### [Input for this task]

+ + + + +

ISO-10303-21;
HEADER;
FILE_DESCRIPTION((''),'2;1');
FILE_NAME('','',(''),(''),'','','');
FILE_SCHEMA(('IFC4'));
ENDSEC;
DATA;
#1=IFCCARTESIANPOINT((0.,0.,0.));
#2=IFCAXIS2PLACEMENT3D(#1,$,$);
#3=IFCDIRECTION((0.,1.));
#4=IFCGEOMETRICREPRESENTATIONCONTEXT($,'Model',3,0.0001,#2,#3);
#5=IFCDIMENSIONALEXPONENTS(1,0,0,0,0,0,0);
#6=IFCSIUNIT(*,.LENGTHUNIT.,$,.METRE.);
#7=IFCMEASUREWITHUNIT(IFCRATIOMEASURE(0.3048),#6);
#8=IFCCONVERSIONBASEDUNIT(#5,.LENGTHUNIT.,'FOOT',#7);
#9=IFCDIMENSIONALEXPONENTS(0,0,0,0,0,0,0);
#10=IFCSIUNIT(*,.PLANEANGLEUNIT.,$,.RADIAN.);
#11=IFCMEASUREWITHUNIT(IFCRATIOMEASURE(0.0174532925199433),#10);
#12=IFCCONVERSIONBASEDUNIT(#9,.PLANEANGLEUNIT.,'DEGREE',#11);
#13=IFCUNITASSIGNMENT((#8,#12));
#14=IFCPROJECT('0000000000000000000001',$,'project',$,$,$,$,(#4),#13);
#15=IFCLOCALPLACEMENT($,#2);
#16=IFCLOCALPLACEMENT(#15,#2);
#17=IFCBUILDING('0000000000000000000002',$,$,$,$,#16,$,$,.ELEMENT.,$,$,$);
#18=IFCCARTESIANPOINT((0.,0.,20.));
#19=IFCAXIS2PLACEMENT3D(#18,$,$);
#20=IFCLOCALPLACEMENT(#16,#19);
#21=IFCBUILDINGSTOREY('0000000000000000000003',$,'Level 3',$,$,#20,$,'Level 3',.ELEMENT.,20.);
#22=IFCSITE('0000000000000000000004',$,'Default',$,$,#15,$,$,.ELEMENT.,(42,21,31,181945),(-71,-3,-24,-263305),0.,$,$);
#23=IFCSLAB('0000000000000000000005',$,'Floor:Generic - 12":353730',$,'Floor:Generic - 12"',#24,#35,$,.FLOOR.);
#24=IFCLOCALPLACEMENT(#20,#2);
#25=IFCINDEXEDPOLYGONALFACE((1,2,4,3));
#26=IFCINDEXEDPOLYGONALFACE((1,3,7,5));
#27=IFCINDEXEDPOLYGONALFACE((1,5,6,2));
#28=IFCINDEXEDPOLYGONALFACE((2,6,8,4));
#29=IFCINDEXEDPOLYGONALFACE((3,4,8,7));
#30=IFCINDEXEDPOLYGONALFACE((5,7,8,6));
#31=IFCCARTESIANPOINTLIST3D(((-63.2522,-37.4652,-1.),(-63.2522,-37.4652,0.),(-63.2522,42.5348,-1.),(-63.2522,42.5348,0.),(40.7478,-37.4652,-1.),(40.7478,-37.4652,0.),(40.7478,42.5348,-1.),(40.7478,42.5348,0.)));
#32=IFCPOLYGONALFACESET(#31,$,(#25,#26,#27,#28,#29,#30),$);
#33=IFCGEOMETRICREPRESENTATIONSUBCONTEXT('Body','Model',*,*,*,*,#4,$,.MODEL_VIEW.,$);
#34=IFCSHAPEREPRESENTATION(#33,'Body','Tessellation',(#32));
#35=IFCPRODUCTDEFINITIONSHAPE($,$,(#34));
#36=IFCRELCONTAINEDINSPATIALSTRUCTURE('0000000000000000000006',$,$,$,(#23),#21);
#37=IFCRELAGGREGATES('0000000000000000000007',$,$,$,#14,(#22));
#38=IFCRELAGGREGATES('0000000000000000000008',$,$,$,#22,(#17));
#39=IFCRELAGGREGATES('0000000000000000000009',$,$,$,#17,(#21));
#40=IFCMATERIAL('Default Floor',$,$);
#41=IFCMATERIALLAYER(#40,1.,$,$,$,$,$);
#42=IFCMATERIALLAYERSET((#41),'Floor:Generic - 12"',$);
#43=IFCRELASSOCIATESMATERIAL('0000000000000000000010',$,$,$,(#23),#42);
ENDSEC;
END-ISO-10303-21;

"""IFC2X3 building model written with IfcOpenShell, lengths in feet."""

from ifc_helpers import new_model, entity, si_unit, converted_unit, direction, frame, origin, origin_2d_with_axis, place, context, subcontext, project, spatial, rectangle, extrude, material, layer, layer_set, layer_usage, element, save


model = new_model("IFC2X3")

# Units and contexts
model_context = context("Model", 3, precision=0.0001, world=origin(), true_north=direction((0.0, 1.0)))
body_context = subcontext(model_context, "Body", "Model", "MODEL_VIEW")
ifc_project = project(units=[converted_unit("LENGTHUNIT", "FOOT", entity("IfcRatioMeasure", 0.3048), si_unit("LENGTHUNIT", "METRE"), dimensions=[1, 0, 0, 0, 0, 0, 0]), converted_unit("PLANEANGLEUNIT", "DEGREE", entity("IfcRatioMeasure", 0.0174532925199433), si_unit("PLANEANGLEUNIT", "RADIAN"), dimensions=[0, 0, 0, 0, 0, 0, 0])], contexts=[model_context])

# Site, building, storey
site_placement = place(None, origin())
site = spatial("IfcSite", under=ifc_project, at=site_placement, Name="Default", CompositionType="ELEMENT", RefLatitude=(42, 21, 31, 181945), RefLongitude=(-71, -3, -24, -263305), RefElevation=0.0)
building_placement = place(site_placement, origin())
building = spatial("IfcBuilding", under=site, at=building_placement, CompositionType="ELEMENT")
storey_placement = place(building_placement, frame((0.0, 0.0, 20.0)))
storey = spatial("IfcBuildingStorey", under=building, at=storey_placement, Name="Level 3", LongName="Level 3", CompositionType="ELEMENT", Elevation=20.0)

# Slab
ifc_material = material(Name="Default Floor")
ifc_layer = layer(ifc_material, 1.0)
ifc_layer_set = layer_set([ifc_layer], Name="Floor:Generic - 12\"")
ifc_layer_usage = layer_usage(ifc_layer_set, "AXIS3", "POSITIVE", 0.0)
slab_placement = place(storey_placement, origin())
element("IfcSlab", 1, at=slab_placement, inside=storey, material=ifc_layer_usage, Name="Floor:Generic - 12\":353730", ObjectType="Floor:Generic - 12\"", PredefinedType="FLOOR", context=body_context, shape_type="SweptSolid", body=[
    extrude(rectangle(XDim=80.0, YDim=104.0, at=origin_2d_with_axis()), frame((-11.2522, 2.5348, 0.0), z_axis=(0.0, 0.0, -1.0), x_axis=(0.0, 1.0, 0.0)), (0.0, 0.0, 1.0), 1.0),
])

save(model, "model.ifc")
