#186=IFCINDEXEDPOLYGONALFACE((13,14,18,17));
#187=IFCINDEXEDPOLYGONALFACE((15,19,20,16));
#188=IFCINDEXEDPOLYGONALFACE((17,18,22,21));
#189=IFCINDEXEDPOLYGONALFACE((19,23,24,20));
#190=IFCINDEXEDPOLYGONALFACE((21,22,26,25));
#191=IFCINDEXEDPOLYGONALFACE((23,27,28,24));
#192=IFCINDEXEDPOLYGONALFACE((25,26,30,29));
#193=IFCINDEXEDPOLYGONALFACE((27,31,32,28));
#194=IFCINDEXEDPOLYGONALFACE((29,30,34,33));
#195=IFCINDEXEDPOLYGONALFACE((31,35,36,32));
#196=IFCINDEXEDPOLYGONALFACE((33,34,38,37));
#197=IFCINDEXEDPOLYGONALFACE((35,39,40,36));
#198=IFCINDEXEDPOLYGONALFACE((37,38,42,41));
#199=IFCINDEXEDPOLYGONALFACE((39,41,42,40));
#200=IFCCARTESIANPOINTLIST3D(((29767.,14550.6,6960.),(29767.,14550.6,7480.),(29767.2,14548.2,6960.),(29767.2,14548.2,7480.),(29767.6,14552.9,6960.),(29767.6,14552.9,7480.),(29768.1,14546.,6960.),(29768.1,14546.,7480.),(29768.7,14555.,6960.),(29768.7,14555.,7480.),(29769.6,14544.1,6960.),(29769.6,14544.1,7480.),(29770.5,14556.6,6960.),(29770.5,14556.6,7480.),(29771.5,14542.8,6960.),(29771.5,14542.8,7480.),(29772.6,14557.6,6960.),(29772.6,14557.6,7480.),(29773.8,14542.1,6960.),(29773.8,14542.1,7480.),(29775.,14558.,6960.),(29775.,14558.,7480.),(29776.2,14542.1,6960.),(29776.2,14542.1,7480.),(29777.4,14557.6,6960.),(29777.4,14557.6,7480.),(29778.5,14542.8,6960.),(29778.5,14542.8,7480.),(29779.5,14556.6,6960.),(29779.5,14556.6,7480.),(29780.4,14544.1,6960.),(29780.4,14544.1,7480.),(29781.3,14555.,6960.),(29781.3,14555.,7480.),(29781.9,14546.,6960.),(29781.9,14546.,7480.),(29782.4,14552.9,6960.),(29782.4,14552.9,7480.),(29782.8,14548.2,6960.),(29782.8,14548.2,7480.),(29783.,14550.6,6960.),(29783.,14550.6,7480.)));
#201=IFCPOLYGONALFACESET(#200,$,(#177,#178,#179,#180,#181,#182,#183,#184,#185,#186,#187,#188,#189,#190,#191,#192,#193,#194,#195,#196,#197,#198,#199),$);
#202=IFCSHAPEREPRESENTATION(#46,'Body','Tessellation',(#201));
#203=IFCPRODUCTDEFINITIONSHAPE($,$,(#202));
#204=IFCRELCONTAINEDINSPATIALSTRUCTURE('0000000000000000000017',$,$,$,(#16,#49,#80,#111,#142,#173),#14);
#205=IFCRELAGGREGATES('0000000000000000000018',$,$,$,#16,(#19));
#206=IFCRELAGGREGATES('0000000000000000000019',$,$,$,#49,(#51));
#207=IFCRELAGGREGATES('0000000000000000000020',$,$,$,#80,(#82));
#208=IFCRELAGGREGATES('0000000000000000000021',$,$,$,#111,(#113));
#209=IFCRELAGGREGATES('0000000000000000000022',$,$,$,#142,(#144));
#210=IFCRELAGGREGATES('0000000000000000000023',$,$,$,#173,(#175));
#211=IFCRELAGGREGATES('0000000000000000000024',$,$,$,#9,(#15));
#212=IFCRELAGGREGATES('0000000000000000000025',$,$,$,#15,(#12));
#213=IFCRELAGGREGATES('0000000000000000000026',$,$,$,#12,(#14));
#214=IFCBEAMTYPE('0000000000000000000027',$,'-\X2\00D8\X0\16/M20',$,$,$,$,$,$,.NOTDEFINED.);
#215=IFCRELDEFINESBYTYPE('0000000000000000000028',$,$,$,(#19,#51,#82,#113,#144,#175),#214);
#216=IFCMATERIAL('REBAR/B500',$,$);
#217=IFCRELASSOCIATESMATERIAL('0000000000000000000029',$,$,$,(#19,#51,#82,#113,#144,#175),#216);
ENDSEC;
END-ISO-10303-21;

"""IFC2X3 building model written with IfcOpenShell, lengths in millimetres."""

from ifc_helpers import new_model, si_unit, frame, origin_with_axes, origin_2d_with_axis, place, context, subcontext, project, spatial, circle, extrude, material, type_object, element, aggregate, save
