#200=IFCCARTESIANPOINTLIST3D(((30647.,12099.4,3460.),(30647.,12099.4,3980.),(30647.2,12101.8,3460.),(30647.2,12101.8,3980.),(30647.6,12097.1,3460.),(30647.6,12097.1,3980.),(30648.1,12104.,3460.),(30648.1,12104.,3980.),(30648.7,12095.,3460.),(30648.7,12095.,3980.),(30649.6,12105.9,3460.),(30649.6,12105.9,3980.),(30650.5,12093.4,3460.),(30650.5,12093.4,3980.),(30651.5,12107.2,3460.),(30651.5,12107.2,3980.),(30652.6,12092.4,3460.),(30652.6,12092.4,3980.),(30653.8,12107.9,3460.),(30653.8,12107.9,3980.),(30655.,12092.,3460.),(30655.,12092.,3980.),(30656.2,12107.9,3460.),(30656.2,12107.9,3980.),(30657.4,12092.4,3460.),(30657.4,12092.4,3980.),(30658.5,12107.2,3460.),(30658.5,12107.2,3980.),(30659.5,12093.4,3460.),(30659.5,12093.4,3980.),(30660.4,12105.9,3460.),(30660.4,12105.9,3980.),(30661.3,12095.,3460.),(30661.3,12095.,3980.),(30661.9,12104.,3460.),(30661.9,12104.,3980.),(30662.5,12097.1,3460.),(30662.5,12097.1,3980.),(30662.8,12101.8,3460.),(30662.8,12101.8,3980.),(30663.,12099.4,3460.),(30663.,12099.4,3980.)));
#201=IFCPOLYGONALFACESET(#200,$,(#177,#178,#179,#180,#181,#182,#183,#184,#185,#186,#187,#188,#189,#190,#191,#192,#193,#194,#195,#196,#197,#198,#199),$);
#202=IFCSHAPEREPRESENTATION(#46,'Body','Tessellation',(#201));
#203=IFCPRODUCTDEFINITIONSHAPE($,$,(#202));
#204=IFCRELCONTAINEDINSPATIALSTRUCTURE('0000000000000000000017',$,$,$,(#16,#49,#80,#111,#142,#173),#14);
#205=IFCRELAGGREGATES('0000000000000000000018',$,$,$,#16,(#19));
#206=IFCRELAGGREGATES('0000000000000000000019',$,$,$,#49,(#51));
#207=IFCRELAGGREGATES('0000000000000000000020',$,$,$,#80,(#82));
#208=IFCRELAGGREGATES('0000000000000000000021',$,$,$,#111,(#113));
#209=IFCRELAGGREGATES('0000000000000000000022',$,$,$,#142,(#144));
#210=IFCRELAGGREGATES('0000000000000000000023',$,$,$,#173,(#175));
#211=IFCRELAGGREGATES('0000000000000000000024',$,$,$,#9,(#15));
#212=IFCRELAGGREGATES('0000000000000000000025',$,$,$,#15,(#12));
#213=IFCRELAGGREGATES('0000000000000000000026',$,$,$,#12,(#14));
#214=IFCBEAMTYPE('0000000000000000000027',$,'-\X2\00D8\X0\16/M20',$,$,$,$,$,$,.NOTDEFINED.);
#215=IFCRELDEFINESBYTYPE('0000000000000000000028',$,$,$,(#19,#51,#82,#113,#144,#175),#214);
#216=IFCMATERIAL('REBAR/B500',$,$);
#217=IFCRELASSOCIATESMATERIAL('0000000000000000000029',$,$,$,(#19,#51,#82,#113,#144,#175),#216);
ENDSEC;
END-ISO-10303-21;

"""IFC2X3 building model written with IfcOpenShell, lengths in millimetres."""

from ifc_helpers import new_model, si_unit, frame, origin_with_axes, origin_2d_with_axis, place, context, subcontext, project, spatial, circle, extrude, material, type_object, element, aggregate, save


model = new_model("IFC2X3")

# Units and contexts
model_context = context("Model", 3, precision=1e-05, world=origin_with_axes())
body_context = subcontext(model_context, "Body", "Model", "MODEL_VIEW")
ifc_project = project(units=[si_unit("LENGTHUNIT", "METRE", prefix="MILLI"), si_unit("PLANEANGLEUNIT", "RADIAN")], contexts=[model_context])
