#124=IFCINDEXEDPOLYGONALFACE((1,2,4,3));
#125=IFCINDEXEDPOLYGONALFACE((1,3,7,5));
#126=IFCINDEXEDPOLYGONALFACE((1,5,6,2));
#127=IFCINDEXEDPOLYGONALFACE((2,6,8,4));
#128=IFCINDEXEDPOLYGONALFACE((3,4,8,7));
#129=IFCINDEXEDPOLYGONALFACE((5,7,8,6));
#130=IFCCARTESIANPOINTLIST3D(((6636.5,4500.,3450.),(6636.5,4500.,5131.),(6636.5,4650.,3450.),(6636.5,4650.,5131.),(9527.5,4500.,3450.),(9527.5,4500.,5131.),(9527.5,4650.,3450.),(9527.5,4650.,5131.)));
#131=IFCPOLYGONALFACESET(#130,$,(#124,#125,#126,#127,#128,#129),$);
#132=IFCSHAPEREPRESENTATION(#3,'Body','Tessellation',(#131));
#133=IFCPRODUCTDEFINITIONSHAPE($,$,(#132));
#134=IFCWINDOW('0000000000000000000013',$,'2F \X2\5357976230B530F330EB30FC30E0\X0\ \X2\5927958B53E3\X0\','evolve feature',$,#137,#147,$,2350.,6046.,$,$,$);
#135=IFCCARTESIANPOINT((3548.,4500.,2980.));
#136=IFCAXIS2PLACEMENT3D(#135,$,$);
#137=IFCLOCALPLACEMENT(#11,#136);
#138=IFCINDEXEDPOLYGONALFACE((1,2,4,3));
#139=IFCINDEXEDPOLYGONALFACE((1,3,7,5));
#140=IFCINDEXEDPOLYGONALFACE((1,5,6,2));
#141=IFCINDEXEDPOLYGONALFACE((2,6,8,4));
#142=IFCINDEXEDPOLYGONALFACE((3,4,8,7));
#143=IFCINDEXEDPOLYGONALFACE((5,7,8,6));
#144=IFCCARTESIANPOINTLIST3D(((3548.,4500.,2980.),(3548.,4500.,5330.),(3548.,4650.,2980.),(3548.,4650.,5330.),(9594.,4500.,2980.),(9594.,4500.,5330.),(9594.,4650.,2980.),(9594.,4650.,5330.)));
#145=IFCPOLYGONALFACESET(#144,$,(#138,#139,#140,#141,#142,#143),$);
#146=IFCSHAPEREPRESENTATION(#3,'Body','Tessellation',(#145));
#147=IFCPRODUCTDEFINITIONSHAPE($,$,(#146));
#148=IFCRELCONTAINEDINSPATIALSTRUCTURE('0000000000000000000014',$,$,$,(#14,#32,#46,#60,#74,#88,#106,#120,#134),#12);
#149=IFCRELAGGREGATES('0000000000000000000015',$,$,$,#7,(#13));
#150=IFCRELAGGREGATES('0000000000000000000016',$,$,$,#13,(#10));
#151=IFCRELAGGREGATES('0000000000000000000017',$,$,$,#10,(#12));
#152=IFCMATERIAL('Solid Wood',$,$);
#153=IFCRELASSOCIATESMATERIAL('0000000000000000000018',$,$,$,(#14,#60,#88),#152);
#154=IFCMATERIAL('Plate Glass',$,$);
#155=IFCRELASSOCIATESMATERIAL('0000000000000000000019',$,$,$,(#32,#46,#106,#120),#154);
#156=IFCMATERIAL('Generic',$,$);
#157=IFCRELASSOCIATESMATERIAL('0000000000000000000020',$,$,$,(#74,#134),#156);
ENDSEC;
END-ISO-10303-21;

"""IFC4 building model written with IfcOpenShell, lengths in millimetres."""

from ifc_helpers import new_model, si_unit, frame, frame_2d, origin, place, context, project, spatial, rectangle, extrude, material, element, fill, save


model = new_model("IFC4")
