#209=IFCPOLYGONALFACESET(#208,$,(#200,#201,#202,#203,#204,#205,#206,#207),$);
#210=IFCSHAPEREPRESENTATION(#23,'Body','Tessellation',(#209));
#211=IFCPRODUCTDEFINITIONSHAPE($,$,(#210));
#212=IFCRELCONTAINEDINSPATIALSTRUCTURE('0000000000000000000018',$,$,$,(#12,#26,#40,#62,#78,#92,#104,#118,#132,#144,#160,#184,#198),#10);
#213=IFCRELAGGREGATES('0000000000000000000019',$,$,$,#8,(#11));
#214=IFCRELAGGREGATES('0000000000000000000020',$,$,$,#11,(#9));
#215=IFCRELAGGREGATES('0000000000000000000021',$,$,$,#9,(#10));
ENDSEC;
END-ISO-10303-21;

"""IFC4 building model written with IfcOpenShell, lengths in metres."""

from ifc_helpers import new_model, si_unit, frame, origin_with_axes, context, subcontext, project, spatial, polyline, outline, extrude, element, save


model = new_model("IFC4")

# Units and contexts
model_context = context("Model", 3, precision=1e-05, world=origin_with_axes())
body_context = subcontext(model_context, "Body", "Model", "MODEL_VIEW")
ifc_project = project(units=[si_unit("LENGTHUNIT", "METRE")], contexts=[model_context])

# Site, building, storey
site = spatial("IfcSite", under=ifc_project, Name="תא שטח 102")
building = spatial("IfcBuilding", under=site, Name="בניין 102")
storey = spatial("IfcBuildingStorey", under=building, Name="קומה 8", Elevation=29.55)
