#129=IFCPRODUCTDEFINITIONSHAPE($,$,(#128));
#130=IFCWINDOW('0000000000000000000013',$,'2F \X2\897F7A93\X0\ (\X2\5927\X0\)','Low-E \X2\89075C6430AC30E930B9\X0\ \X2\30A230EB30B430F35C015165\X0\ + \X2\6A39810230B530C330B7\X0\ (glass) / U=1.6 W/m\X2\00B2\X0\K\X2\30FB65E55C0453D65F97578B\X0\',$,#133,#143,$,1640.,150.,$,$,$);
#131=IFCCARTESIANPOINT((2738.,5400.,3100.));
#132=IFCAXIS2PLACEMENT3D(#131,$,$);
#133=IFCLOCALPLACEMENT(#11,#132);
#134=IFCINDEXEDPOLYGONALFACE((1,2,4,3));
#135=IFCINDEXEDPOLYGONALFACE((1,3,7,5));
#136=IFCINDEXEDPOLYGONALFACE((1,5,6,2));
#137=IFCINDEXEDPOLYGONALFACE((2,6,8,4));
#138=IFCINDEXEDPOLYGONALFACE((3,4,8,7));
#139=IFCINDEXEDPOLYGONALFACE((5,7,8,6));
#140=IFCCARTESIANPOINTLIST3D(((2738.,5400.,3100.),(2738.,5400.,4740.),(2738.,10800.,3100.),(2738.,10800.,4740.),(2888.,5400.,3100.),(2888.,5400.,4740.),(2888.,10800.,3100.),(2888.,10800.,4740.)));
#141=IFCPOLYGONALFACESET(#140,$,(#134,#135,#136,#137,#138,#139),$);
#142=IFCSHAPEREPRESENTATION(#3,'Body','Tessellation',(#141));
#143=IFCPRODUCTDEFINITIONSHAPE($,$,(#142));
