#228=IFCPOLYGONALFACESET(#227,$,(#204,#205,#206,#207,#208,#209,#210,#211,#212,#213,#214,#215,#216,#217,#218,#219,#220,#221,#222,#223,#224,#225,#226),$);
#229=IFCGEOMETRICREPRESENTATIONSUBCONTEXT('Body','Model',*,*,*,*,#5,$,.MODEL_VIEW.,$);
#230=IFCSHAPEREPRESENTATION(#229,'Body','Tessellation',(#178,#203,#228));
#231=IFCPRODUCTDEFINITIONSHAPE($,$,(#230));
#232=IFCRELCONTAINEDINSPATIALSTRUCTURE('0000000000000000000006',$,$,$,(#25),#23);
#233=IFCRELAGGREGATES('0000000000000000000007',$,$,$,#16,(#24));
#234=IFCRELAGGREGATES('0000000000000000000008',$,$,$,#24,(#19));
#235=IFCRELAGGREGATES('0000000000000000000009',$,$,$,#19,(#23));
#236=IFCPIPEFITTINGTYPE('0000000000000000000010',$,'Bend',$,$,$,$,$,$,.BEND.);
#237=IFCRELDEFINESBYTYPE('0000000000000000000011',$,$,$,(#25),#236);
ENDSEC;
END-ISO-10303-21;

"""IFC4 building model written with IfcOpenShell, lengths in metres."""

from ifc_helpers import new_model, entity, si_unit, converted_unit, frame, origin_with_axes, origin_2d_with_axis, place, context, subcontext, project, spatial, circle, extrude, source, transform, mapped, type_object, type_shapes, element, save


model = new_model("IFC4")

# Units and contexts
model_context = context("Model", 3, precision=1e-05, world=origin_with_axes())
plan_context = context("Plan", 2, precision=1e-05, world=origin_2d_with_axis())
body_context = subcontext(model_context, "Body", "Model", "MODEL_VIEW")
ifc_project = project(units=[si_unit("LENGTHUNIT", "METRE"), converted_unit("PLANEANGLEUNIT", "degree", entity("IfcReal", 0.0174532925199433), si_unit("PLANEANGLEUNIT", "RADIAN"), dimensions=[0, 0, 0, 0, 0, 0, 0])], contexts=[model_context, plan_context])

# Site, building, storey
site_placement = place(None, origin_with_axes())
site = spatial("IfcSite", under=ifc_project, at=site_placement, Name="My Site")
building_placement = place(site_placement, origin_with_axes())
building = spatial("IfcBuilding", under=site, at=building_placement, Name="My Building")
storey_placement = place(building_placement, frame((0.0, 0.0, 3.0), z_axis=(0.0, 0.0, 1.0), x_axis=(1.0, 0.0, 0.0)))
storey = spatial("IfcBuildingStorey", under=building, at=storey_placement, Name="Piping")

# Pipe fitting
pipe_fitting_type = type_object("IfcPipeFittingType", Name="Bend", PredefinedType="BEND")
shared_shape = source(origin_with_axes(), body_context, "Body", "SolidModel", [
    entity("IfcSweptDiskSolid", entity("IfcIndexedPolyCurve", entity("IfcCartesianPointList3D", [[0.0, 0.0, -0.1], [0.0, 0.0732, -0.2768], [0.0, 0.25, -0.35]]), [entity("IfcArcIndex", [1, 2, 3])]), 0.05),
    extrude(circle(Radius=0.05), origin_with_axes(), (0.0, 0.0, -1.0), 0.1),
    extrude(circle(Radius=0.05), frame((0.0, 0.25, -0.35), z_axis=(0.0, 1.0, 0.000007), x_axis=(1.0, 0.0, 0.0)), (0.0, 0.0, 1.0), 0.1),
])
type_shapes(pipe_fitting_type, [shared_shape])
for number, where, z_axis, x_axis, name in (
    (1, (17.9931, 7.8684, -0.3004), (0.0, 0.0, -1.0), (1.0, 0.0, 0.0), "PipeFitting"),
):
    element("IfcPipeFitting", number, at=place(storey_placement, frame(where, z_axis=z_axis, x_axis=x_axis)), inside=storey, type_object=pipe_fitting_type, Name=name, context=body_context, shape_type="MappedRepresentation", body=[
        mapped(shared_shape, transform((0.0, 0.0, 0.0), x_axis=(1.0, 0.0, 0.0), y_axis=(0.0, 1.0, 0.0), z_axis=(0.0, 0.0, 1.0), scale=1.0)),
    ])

+ + + + +

### [Description of the task]
Retype only the stretch of lines above starting at the one with "#129=IFCINDEXEDPOLYGONALFACE((5,7,8,6));" and stopping at the one with "#132=IFCSHAPEREPRESENTATION(#3,'Body','Tessellation',(#131));", exactly as written, with both kept.

### [Response to this task]
#129=IFCINDEXEDPOLYGONALFACE((5,7,8,6));
#130=IFCCARTESIANPOINTLIST3D(((6636.5,4500.,3450.),(6636.5,4500.,5131.),(6636.5,4650.,3450.),(6636.5,4650.,5131.),(9527.5,4500.,3450.),(9527.5,4500.,5131.),(9527.5,4650.,3450.),(9527.5,4650.,5131.)));
#131=IFCPOLYGONALFACESET(#130,$,(#124,#125,#126,#127,#128,#129),$);
#132=IFCSHAPEREPRESENTATION(#3,'Body','Tessellation',(#131));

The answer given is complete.